Required action.
Search the records below for the word "IFCSIUNIT", then return every line where it appears.

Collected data

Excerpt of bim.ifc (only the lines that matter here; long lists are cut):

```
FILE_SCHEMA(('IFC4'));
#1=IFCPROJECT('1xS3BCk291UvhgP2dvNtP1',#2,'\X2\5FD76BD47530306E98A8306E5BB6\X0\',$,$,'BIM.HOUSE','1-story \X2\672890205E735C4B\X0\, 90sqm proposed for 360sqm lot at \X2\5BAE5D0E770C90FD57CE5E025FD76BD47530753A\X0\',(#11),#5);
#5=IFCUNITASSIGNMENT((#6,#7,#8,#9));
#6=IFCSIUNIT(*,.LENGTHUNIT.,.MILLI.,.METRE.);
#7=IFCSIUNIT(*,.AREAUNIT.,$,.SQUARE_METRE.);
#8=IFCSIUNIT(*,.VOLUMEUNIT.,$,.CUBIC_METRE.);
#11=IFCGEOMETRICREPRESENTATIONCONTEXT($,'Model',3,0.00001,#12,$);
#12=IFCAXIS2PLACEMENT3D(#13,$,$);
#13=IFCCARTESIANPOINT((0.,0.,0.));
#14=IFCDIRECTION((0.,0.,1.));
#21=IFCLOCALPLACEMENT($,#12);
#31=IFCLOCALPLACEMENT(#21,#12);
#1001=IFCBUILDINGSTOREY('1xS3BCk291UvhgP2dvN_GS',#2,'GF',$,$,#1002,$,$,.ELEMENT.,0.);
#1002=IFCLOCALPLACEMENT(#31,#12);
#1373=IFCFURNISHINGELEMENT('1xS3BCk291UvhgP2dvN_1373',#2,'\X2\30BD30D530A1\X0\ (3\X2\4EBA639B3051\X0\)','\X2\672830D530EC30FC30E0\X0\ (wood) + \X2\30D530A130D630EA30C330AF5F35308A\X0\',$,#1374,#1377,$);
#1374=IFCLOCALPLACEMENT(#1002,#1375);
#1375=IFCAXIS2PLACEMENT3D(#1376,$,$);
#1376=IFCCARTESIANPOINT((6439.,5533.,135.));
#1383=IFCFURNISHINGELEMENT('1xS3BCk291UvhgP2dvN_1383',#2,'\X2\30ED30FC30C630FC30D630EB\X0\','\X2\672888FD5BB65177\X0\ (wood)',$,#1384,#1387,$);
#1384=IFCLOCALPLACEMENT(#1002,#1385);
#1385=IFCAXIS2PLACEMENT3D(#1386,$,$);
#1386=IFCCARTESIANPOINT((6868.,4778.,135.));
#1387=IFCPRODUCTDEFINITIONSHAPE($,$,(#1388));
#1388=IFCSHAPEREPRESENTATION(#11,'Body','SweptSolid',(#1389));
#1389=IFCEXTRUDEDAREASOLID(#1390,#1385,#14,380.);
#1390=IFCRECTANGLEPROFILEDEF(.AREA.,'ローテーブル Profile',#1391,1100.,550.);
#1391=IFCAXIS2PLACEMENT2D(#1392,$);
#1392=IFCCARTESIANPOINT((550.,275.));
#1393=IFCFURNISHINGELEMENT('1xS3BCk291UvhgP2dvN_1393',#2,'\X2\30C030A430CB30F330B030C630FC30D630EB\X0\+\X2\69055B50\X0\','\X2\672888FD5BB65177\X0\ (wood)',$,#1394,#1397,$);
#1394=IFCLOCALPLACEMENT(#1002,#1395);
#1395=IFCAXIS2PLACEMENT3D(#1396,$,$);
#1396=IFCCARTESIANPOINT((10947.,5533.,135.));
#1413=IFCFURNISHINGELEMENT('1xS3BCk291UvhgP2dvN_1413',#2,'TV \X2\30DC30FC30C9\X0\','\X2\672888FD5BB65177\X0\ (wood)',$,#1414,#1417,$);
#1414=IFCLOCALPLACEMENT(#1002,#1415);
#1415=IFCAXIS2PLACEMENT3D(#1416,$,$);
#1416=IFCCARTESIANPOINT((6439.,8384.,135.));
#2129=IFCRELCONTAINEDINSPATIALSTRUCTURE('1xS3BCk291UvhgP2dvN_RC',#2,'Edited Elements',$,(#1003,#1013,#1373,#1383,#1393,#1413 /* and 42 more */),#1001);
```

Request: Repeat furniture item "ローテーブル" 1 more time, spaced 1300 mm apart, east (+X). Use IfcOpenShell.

```python
import numpy as np
import ifcopenshell
import ifcopenshell.api.geometry
import ifcopenshell.api.root
import ifcopenshell.util.element
import ifcopenshell.util.placement
import ifcopenshell.util.unit

model = ifcopenshell.open("bim.ifc")
unit_scale = ifcopenshell.util.unit.calculate_unit_scale(model)


def reuse_history(source, copy):
    """copy_class also copies each property set's owner history, people and application; keep the originals."""
    for rel in copy.IsDefinedBy:
        if rel.is_a("IfcRelDefinesByProperties") and (history := rel.RelatingPropertyDefinition.OwnerHistory):
            rel.RelatingPropertyDefinition.OwnerHistory = source.OwnerHistory
            ifcopenshell.util.element.remove_deep2(model, history)


source = model.by_guid("1xS3BCk291UvhgP2dvN_1383")
base = ifcopenshell.util.placement.get_local_placement(source.ObjectPlacement)
step = np.array([1.0, 0.0, 0.0]) * 1.3 / unit_scale

for i in range(1, 2):
    copy = ifcopenshell.api.root.copy_class(model, product=source)
    copy.Representation = ifcopenshell.util.element.copy_deep(
        model, source.Representation, exclude=["IfcGeometricRepresentationContext", "IfcRepresentationMap"]
    )
    reuse_history(source, copy)
    matrix = base.copy()
    matrix[:3, 3] += i * step
    print("added at", matrix[:3, 3].round(3) + 0.0)
    ifcopenshell.api.geometry.edit_object_placement(model, product=copy, matrix=matrix, is_si=False)

model.write("bim_v2.ifc")
```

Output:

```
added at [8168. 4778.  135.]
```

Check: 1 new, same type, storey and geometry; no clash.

Written solution.
#6=IFCSIUNIT(*,.LENGTHUNIT.,.MILLI.,.METRE.);
#7=IFCSIUNIT(*,.AREAUNIT.,$,.SQUARE_METRE.);
#8=IFCSIUNIT(*,.VOLUMEUNIT.,$,.CUBIC_METRE.);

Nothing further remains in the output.